▶ Work required:
Work through the data line by line, gathering every line that has the word "such".

── Task inputs

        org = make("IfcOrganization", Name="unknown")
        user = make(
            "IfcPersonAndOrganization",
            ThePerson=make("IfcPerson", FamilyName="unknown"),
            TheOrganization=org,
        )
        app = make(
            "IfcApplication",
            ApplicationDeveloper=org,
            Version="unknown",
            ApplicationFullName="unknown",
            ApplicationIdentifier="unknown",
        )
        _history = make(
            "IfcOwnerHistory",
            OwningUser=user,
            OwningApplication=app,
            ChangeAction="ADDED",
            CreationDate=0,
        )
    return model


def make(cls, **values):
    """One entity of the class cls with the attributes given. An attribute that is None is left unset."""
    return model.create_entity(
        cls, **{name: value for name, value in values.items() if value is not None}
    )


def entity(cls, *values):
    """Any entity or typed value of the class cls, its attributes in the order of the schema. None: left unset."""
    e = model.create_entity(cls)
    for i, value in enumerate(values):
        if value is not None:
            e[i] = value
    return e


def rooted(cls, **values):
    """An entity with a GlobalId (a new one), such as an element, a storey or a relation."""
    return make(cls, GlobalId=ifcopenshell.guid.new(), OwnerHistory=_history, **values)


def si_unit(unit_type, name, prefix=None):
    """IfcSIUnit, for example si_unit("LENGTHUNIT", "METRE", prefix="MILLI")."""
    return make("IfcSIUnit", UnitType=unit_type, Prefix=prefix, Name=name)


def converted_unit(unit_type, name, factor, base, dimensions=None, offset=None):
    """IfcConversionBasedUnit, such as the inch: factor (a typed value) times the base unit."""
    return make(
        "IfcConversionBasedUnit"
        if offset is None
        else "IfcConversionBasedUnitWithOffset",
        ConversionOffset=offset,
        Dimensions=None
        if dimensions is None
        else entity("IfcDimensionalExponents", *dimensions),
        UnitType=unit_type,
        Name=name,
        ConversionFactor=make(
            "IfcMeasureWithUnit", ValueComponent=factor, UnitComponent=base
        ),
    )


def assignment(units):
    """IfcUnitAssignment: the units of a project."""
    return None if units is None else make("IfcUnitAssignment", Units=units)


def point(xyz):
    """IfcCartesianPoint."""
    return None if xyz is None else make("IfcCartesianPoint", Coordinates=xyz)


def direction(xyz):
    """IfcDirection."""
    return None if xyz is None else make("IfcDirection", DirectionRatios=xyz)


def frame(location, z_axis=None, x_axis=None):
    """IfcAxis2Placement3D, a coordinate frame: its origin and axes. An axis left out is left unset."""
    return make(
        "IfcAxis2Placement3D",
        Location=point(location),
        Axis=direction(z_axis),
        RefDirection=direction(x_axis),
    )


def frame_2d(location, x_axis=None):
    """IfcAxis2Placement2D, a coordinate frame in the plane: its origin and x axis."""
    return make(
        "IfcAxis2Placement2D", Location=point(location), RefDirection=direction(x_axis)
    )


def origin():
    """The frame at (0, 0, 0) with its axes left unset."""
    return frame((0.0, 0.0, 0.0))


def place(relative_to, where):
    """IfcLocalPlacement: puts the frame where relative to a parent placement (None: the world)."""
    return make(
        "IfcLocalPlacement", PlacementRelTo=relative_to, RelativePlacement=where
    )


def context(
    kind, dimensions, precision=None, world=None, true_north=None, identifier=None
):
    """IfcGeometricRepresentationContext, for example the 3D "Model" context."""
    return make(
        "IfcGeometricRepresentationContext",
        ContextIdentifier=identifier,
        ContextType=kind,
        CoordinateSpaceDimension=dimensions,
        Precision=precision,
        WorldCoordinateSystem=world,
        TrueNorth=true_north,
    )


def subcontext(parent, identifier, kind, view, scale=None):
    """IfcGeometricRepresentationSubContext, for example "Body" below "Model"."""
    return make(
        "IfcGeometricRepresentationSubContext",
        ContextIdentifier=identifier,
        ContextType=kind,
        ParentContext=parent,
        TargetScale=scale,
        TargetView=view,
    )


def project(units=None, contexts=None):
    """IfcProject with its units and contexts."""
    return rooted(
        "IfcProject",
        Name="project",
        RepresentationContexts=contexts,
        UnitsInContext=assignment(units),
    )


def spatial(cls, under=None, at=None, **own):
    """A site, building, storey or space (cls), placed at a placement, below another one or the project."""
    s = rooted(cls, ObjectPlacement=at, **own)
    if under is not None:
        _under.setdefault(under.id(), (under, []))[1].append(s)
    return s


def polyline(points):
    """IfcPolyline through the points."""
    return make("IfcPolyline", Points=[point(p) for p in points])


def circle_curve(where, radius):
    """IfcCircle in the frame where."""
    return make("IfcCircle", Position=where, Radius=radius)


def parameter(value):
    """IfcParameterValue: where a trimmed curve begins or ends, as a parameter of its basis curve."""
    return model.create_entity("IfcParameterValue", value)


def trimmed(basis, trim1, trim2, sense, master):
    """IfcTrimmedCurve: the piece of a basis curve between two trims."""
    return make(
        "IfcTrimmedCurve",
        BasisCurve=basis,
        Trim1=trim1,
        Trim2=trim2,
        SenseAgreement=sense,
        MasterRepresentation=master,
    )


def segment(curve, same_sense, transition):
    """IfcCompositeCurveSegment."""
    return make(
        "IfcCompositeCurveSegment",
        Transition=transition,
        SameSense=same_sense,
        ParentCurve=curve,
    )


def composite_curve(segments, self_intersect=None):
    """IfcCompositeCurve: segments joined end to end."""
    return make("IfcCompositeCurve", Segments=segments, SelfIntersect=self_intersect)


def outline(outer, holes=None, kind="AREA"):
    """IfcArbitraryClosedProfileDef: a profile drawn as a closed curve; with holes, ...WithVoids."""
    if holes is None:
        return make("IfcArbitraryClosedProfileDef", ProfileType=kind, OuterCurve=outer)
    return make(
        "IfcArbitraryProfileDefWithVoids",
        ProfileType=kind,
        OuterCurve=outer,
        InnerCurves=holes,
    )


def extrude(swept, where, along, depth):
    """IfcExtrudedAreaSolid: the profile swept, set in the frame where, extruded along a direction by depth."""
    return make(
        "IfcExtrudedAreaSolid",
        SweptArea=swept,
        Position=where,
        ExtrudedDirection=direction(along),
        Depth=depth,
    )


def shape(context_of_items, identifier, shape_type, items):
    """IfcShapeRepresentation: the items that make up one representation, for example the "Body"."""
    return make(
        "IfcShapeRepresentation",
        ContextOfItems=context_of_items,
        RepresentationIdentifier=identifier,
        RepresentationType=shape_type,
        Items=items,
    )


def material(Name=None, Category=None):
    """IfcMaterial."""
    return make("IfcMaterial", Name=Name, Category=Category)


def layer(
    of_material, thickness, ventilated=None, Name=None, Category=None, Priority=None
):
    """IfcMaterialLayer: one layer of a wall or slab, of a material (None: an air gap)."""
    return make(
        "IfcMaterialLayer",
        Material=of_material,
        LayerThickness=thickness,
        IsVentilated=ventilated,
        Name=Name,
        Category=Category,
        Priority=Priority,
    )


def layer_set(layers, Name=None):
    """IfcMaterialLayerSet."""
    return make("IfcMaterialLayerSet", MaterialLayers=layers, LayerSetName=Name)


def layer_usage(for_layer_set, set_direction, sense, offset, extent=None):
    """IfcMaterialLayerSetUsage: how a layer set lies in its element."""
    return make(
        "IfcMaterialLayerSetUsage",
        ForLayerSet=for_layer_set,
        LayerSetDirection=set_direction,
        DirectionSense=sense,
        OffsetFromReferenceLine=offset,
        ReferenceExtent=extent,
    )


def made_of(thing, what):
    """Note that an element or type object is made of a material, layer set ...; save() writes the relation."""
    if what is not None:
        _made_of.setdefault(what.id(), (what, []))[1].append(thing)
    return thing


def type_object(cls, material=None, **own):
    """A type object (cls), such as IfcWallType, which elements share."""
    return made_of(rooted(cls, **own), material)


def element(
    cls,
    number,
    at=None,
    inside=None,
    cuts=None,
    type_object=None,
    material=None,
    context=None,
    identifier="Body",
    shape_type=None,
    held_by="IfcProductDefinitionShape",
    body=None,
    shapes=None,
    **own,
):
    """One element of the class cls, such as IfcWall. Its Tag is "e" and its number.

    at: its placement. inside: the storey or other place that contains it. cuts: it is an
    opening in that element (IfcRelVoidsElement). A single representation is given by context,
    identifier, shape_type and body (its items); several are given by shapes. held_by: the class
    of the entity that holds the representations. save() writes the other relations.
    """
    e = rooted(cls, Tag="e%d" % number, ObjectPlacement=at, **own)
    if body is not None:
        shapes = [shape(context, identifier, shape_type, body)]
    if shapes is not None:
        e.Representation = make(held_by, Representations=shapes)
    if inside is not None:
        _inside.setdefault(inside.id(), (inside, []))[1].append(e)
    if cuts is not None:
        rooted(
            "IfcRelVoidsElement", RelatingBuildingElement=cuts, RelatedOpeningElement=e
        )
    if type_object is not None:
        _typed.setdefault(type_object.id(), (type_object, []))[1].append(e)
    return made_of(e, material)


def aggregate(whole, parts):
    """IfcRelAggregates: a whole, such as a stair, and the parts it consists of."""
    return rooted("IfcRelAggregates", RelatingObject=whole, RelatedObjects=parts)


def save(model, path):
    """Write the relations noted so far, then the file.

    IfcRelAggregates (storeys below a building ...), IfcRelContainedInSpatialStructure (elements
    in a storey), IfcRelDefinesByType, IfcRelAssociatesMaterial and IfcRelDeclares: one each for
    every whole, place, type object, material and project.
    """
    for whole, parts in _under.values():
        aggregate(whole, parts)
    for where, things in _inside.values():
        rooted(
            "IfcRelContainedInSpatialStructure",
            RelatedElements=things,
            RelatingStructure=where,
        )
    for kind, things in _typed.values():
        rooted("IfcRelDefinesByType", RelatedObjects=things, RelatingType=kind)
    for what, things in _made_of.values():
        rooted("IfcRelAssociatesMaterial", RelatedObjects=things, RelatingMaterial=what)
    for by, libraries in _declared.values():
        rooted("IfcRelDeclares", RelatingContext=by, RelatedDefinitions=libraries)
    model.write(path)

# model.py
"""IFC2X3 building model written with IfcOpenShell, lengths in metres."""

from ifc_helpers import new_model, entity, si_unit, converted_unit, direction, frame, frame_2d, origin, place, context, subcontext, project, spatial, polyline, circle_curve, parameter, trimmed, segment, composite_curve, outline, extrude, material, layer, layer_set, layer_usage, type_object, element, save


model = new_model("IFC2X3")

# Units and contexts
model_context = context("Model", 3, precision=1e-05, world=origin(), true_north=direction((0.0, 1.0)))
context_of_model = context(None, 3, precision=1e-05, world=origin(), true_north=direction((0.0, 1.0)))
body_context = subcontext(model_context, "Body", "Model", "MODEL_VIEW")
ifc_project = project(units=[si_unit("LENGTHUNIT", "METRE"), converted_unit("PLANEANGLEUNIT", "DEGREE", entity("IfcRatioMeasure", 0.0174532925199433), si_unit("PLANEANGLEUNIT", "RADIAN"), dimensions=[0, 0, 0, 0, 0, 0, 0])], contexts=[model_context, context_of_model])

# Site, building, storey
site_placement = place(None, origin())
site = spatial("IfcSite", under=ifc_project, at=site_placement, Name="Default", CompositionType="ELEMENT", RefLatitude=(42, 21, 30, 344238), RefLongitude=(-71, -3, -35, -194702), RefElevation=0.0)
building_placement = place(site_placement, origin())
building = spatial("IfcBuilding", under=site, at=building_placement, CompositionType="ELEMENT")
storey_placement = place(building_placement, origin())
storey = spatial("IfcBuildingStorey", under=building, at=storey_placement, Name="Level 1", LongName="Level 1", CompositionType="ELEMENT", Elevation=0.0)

────

▶ Task response:
    """An entity with a GlobalId (a new one), such as an element, a storey or a relation."""
    """IfcConversionBasedUnit, such as the inch: factor (a typed value) times the base unit."""
    """A type object (cls), such as IfcWallType, which elements share."""
    """One element of the class cls, such as IfcWall. Its Tag is "e" and its number.
    """IfcRelAggregates: a whole, such as a stair, and the parts it consists of."""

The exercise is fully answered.